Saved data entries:
▶

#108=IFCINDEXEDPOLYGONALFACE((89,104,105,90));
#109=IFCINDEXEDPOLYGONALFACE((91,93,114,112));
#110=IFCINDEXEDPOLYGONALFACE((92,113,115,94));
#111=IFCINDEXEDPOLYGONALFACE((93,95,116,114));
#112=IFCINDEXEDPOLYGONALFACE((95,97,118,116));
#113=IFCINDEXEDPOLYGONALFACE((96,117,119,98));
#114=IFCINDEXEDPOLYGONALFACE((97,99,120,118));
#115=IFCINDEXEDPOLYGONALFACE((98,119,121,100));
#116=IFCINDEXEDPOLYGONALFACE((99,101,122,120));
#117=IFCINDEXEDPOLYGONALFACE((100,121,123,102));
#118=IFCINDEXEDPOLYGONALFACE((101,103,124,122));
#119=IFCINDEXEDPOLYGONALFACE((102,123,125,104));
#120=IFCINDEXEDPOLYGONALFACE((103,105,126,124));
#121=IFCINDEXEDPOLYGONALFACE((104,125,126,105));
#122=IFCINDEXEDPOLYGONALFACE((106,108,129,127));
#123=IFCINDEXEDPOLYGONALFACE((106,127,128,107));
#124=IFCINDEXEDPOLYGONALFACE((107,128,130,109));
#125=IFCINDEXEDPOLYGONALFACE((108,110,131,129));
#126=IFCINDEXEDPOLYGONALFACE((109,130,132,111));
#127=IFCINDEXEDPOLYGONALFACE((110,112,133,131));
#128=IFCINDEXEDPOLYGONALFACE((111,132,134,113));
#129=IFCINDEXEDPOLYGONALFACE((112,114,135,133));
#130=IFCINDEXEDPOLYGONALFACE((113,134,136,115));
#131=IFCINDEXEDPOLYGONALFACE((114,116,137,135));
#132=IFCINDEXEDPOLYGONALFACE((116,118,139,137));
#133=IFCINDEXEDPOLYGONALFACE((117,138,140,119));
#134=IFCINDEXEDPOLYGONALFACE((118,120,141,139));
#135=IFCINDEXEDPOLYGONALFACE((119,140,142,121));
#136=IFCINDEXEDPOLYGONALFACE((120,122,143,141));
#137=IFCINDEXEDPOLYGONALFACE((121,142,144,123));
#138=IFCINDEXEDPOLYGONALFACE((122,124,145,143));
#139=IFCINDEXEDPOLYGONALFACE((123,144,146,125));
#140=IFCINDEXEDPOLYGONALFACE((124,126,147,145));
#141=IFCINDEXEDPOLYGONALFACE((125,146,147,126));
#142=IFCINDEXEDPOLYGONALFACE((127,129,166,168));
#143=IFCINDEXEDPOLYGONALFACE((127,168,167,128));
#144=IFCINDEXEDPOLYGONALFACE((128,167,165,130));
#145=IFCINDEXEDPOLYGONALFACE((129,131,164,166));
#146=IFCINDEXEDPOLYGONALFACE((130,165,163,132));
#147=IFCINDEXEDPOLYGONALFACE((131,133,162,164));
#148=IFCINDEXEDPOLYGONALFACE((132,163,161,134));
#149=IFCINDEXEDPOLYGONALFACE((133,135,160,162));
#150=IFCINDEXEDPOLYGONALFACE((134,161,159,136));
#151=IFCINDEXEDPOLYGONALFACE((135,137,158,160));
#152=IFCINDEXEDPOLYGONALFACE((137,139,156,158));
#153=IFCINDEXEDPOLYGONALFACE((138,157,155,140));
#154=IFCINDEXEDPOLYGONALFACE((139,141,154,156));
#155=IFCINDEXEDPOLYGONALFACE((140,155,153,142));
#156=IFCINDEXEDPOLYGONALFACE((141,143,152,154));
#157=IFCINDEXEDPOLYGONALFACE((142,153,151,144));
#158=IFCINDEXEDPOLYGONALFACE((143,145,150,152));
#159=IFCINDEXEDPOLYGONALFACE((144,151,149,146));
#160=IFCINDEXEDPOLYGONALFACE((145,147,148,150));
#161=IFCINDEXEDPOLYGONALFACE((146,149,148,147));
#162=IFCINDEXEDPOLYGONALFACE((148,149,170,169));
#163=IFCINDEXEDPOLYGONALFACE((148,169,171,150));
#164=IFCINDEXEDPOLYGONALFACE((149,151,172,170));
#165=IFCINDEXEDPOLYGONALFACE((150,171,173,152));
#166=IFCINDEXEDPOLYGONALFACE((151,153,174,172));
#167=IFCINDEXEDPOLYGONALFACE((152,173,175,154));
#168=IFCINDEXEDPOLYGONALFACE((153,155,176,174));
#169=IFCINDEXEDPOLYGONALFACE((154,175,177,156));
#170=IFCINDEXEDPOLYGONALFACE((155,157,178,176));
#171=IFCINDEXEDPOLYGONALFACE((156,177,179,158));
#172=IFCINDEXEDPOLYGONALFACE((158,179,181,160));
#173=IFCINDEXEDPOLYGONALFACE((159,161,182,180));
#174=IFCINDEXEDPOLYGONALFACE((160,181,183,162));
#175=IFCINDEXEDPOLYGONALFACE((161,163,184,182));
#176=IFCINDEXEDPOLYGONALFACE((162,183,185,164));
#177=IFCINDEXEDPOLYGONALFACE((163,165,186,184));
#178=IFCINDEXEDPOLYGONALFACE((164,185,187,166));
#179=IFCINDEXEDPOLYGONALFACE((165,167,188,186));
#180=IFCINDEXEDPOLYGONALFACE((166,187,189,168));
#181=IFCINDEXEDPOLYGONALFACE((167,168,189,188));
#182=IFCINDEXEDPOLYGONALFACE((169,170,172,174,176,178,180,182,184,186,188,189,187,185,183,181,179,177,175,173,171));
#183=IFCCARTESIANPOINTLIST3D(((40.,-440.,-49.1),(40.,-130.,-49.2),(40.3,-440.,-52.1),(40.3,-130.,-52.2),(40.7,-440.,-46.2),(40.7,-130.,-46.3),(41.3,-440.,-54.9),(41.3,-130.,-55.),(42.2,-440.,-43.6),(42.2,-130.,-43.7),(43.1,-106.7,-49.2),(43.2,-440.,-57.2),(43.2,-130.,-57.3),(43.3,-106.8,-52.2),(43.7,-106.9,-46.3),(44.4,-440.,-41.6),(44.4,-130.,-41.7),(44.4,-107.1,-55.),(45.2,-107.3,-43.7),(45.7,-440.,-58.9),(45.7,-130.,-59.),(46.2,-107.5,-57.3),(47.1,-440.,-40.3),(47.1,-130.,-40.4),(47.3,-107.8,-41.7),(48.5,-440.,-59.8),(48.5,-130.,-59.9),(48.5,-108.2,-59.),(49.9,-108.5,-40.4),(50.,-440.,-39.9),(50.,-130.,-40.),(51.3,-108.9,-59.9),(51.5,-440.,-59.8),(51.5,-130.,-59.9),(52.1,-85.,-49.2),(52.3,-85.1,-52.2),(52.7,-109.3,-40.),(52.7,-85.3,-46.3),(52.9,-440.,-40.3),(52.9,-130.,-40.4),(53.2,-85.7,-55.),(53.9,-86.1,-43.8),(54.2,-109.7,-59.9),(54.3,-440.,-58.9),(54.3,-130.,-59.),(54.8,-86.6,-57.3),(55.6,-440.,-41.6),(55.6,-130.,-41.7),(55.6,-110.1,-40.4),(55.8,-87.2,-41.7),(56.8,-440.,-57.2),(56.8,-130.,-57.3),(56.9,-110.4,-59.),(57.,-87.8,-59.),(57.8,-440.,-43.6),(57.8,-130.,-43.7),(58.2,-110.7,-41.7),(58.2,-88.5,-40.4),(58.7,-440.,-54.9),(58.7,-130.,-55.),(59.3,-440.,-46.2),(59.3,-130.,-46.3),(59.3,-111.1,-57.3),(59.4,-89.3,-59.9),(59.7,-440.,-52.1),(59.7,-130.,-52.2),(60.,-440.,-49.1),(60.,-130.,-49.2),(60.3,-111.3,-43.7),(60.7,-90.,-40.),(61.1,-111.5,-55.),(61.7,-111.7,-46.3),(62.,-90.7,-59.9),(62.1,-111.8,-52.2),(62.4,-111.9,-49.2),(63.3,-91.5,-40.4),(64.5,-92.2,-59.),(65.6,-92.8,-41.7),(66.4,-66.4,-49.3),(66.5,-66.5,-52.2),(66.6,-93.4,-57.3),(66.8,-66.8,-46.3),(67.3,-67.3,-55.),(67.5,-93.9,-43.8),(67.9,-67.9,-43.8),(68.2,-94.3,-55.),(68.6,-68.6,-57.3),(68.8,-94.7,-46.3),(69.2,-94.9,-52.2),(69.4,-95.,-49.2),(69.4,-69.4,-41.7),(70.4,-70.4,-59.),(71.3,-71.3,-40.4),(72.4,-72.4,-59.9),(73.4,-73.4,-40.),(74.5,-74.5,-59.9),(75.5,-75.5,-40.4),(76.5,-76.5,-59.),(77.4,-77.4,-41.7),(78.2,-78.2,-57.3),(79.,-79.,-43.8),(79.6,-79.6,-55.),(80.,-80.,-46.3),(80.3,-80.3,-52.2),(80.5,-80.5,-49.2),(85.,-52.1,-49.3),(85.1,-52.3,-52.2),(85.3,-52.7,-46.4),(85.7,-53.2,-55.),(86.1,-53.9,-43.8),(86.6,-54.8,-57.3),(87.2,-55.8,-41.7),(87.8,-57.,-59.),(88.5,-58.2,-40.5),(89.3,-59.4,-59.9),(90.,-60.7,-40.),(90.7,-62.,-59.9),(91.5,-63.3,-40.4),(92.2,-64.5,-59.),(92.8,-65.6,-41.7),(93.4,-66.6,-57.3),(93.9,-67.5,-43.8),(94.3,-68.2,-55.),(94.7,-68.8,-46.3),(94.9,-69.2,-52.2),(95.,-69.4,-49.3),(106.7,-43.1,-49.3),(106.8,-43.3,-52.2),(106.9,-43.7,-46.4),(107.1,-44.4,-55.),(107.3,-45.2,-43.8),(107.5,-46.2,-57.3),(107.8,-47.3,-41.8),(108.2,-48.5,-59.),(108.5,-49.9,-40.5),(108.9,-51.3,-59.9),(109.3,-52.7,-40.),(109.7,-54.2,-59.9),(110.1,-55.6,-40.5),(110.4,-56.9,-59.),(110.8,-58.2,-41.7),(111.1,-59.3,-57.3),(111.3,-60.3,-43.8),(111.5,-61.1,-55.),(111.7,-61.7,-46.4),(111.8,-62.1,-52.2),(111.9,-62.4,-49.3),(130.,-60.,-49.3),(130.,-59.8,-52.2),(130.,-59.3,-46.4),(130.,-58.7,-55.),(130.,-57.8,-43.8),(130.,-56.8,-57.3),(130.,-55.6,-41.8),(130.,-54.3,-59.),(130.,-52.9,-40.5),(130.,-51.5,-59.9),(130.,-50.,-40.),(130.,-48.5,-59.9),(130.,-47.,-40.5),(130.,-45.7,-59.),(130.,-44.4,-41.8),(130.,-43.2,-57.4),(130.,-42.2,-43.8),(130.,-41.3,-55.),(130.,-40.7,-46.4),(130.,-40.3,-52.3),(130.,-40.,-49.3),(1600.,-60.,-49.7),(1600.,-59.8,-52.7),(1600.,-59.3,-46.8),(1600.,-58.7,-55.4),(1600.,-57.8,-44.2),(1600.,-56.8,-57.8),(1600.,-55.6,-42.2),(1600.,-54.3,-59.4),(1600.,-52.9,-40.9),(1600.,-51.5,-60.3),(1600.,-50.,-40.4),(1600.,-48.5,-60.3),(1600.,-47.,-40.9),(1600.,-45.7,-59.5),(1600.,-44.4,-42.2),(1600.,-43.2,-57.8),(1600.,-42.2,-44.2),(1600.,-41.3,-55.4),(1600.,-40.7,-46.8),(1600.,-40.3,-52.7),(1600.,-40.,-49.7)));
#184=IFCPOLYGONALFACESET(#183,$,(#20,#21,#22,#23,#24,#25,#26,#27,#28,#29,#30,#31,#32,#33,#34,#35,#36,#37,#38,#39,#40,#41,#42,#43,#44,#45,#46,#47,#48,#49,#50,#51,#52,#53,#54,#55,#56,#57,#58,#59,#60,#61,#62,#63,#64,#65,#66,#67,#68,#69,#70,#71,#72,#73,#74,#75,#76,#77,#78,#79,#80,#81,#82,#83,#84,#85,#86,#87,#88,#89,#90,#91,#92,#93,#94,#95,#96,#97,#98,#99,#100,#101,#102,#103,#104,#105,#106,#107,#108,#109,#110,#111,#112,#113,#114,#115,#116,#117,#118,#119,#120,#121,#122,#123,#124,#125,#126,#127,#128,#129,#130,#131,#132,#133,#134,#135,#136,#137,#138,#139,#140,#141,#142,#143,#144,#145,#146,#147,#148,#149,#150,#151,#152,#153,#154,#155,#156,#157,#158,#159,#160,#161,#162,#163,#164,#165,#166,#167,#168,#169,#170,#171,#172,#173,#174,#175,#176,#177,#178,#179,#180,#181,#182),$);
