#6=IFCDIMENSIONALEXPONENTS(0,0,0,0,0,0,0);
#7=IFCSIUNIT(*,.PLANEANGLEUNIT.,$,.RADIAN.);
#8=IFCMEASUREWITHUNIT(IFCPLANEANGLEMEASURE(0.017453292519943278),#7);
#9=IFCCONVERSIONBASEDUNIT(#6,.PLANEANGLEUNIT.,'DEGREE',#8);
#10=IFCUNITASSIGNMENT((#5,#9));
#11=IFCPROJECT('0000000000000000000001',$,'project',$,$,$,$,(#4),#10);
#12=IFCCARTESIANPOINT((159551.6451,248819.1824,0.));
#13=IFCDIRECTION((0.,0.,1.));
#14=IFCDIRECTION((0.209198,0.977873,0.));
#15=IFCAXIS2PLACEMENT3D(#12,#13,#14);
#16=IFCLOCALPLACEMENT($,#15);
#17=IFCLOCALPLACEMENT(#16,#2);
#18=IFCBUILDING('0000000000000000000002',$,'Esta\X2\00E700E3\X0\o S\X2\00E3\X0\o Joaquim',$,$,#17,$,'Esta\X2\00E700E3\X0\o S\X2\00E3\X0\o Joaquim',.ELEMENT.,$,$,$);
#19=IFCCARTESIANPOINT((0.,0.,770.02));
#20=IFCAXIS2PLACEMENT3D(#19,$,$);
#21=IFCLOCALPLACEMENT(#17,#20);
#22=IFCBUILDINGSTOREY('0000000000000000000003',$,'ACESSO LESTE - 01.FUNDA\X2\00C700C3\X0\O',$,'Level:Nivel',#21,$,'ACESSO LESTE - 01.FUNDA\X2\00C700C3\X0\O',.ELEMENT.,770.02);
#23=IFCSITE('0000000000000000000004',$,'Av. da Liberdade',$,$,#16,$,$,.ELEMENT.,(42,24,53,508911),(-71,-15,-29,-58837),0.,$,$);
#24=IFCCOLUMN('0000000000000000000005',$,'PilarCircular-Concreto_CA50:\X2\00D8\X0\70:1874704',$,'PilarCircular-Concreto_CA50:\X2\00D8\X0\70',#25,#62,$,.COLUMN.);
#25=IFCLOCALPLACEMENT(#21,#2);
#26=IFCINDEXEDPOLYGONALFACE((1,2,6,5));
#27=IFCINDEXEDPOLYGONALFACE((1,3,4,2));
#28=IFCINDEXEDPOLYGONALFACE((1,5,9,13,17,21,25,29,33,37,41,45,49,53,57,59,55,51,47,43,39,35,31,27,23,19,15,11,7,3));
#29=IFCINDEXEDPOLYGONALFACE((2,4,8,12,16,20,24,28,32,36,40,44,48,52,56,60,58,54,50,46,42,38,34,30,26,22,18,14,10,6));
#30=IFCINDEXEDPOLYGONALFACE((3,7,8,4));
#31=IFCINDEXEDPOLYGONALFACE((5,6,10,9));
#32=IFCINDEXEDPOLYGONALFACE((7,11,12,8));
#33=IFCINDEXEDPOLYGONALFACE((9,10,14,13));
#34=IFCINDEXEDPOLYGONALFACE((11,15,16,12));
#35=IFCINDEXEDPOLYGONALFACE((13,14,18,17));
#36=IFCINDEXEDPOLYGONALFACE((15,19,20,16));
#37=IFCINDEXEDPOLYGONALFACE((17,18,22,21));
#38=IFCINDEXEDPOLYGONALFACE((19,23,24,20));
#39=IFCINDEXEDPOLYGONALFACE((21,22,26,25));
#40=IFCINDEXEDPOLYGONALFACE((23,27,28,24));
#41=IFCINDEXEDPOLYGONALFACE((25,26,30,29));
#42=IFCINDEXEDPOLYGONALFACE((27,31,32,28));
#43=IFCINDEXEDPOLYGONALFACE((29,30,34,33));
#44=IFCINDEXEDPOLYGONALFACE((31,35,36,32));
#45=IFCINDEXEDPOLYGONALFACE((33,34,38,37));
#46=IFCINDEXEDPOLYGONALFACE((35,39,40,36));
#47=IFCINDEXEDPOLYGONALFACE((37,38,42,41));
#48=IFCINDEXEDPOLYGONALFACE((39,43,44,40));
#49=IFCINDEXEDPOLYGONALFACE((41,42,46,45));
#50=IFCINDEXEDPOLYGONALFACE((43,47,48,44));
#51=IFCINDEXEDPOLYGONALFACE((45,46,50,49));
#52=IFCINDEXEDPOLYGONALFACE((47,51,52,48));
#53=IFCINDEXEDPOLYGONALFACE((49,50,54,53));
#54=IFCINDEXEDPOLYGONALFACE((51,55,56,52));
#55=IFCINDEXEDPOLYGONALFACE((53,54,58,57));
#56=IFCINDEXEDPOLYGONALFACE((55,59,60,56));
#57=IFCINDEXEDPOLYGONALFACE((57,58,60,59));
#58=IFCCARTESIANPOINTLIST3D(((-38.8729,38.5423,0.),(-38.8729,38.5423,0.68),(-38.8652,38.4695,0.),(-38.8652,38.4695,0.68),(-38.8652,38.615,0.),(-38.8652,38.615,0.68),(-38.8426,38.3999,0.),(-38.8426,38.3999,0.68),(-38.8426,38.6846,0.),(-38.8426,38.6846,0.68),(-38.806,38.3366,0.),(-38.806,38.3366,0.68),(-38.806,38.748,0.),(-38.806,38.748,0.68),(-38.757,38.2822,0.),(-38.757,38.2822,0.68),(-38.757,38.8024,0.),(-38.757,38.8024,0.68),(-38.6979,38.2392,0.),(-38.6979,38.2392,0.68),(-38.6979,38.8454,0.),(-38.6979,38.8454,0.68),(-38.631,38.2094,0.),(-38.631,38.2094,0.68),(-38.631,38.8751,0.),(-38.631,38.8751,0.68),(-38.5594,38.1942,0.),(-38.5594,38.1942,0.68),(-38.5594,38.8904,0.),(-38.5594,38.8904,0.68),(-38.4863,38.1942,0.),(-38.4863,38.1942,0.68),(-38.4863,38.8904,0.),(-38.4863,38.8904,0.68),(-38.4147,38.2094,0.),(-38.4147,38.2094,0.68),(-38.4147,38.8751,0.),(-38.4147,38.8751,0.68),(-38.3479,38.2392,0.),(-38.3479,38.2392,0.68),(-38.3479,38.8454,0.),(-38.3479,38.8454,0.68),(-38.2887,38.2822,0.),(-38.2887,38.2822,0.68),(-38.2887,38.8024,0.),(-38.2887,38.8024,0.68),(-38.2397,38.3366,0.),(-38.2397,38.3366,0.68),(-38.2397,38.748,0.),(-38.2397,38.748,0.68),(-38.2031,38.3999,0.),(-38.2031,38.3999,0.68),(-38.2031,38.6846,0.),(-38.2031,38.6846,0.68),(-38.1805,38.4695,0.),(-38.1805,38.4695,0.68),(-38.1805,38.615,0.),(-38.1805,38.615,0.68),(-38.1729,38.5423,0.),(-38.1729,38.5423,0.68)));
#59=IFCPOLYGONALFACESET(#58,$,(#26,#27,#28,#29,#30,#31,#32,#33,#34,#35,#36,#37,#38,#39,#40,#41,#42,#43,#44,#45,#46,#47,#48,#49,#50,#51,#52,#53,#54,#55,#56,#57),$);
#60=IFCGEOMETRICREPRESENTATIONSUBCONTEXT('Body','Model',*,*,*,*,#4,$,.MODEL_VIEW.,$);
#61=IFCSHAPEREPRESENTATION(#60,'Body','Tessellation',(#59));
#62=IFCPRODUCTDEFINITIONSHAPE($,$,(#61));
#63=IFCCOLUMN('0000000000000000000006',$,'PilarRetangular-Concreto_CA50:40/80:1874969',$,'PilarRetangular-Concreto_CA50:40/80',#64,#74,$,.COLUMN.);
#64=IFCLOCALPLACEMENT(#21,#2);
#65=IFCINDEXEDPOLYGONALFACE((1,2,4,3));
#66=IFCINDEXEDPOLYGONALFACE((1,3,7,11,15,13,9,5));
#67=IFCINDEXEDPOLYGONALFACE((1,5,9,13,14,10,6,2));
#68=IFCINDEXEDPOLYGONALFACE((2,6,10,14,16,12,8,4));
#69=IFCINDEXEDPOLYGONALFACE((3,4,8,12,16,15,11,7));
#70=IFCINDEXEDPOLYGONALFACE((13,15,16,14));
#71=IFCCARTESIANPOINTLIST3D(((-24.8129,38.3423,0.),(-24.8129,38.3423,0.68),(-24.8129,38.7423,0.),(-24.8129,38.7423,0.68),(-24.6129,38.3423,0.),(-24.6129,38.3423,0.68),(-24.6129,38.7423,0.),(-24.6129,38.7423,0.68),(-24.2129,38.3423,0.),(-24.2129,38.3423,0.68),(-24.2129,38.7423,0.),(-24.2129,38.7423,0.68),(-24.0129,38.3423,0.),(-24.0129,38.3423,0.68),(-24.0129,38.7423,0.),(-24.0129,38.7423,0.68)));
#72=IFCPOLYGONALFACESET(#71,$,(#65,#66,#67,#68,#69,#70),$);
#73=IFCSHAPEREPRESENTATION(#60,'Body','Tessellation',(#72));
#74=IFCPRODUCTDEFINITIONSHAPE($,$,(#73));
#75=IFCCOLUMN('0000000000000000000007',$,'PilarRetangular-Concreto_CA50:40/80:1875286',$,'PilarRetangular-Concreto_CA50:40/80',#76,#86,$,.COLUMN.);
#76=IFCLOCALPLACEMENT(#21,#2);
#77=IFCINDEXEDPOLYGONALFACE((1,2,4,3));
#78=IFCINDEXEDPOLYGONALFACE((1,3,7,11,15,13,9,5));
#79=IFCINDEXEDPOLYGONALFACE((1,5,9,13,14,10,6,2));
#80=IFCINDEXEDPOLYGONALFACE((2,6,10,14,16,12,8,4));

◀

**YOUR TASK**
When you reach the line holding "#121=IFCINDEXEDPOLYGONALFACE((104,125,126,105));" in the records above, begin reproducing exactly, stop after the line holding "#132=IFCINDEXEDPOLYGONALFACE((116,118,139,137));", and output nothing else.

**ANSWER TO THIS EXERCISE**
#121=IFCINDEXEDPOLYGONALFACE((104,125,126,105));
#122=IFCINDEXEDPOLYGONALFACE((106,108,129,127));
#123=IFCINDEXEDPOLYGONALFACE((106,127,128,107));
#124=IFCINDEXEDPOLYGONALFACE((107,128,130,109));
#125=IFCINDEXEDPOLYGONALFACE((108,110,131,129));
#126=IFCINDEXEDPOLYGONALFACE((109,130,132,111));
#127=IFCINDEXEDPOLYGONALFACE((110,112,133,131));
#128=IFCINDEXEDPOLYGONALFACE((111,132,134,113));
#129=IFCINDEXEDPOLYGONALFACE((112,114,135,133));
#130=IFCINDEXEDPOLYGONALFACE((113,134,136,115));
#131=IFCINDEXEDPOLYGONALFACE((114,116,137,135));
#132=IFCINDEXEDPOLYGONALFACE((116,118,139,137));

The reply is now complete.